_What to work on_: Give again the line that contains "#205=IFCMATERIAL('Kunststoff - grau" and every line after it to the end of the records. Keep them exactly as they are and add nothing.

_Data listing_:
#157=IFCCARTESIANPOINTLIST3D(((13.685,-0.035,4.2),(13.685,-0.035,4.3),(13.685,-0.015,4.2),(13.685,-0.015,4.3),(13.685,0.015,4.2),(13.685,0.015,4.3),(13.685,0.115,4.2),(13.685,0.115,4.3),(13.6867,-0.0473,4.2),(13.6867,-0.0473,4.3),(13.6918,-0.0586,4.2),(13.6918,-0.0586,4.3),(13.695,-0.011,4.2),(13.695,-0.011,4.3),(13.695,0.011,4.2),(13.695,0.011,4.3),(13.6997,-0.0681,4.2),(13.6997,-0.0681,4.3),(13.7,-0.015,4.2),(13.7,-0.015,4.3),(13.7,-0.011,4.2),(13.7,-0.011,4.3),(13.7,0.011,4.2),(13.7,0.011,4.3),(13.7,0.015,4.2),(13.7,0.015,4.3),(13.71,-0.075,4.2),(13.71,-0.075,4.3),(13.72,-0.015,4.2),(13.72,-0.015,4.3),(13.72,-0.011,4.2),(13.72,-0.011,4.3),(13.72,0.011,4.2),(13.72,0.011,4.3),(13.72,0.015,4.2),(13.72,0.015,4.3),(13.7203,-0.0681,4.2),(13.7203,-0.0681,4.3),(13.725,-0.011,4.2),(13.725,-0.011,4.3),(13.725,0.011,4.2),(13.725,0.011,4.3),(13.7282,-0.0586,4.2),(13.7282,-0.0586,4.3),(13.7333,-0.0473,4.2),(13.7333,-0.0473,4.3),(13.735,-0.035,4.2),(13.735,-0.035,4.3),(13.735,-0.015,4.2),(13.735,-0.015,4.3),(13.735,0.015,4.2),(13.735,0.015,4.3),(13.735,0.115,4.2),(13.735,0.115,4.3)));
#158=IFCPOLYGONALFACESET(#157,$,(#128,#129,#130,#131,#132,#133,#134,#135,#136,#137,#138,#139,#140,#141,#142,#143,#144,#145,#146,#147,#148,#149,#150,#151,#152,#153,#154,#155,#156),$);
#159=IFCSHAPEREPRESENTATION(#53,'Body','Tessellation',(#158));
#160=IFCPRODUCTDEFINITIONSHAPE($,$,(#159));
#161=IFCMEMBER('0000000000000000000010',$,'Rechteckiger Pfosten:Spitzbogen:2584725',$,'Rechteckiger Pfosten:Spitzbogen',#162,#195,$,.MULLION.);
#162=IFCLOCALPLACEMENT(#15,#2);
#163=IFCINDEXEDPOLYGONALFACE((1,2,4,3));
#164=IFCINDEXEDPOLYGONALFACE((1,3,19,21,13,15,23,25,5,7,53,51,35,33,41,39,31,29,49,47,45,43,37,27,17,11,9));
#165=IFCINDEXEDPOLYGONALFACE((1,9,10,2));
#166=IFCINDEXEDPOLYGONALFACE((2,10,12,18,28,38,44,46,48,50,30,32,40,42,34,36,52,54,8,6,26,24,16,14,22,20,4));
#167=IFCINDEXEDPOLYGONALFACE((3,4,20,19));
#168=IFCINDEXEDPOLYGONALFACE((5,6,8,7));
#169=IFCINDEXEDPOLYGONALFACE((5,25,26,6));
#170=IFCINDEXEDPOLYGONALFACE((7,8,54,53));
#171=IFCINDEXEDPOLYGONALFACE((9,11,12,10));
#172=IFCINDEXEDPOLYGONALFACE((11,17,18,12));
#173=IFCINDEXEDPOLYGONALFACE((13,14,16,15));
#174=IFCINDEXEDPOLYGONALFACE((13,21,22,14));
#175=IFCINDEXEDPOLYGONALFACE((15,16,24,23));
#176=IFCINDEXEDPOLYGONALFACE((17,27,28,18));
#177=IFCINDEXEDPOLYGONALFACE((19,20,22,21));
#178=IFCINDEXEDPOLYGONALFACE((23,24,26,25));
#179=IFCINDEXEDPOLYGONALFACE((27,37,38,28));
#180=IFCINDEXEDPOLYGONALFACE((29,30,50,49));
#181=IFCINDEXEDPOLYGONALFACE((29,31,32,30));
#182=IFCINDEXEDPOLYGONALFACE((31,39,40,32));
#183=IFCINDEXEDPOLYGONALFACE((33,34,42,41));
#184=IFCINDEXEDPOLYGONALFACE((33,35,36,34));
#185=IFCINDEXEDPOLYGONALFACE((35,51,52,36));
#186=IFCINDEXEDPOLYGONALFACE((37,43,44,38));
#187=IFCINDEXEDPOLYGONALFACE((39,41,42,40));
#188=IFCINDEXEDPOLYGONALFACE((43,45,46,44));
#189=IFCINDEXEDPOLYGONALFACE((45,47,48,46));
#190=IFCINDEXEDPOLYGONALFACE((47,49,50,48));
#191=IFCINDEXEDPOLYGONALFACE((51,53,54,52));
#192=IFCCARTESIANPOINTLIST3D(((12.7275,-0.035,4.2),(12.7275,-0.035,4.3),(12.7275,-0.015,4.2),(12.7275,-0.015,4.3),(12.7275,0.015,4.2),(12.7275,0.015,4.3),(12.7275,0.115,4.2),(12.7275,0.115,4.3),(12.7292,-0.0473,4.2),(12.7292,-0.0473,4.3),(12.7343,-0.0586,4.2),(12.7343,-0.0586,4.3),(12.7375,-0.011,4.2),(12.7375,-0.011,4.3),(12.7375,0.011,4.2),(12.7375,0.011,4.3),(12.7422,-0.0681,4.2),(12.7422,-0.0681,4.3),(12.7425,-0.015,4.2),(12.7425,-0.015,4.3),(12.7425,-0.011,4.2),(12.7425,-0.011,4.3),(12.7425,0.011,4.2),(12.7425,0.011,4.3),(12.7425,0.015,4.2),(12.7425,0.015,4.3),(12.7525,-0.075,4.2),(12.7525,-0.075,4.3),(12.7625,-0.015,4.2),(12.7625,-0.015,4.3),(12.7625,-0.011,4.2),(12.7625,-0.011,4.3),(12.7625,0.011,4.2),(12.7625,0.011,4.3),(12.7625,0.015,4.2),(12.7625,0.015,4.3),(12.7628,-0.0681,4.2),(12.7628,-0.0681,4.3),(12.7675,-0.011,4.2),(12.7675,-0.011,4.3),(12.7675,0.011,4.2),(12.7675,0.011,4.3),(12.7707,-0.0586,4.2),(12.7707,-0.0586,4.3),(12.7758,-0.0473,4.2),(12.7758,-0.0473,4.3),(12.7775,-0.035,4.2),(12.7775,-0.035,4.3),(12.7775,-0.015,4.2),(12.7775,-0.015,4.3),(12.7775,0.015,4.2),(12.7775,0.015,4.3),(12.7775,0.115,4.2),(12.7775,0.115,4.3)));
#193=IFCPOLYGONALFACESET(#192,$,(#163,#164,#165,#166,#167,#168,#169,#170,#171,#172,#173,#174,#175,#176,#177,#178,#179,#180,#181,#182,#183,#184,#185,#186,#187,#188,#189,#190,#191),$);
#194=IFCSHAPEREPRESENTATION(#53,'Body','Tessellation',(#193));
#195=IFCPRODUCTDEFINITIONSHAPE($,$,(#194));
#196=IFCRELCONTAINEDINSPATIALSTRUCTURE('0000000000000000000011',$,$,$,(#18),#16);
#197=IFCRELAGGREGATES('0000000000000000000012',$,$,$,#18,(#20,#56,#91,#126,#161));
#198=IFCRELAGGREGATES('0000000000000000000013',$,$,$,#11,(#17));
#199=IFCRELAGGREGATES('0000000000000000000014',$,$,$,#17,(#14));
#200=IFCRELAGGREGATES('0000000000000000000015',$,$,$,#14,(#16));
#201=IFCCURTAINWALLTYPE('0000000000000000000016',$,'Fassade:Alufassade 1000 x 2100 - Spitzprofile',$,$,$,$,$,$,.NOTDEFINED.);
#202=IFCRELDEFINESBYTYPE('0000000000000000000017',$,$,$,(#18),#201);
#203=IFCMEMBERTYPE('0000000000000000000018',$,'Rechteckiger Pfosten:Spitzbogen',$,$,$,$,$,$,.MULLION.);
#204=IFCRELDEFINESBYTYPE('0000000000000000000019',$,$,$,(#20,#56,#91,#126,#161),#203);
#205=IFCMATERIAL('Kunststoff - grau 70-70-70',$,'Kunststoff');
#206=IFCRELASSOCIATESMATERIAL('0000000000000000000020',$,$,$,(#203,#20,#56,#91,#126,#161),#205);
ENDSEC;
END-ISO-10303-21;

_Your response_:
#205=IFCMATERIAL('Kunststoff - grau 70-70-70',$,'Kunststoff');
#206=IFCRELASSOCIATESMATERIAL('0000000000000000000020',$,$,$,(#203,#20,#56,#91,#126,#161),#205);
ENDSEC;
END-ISO-10303-21;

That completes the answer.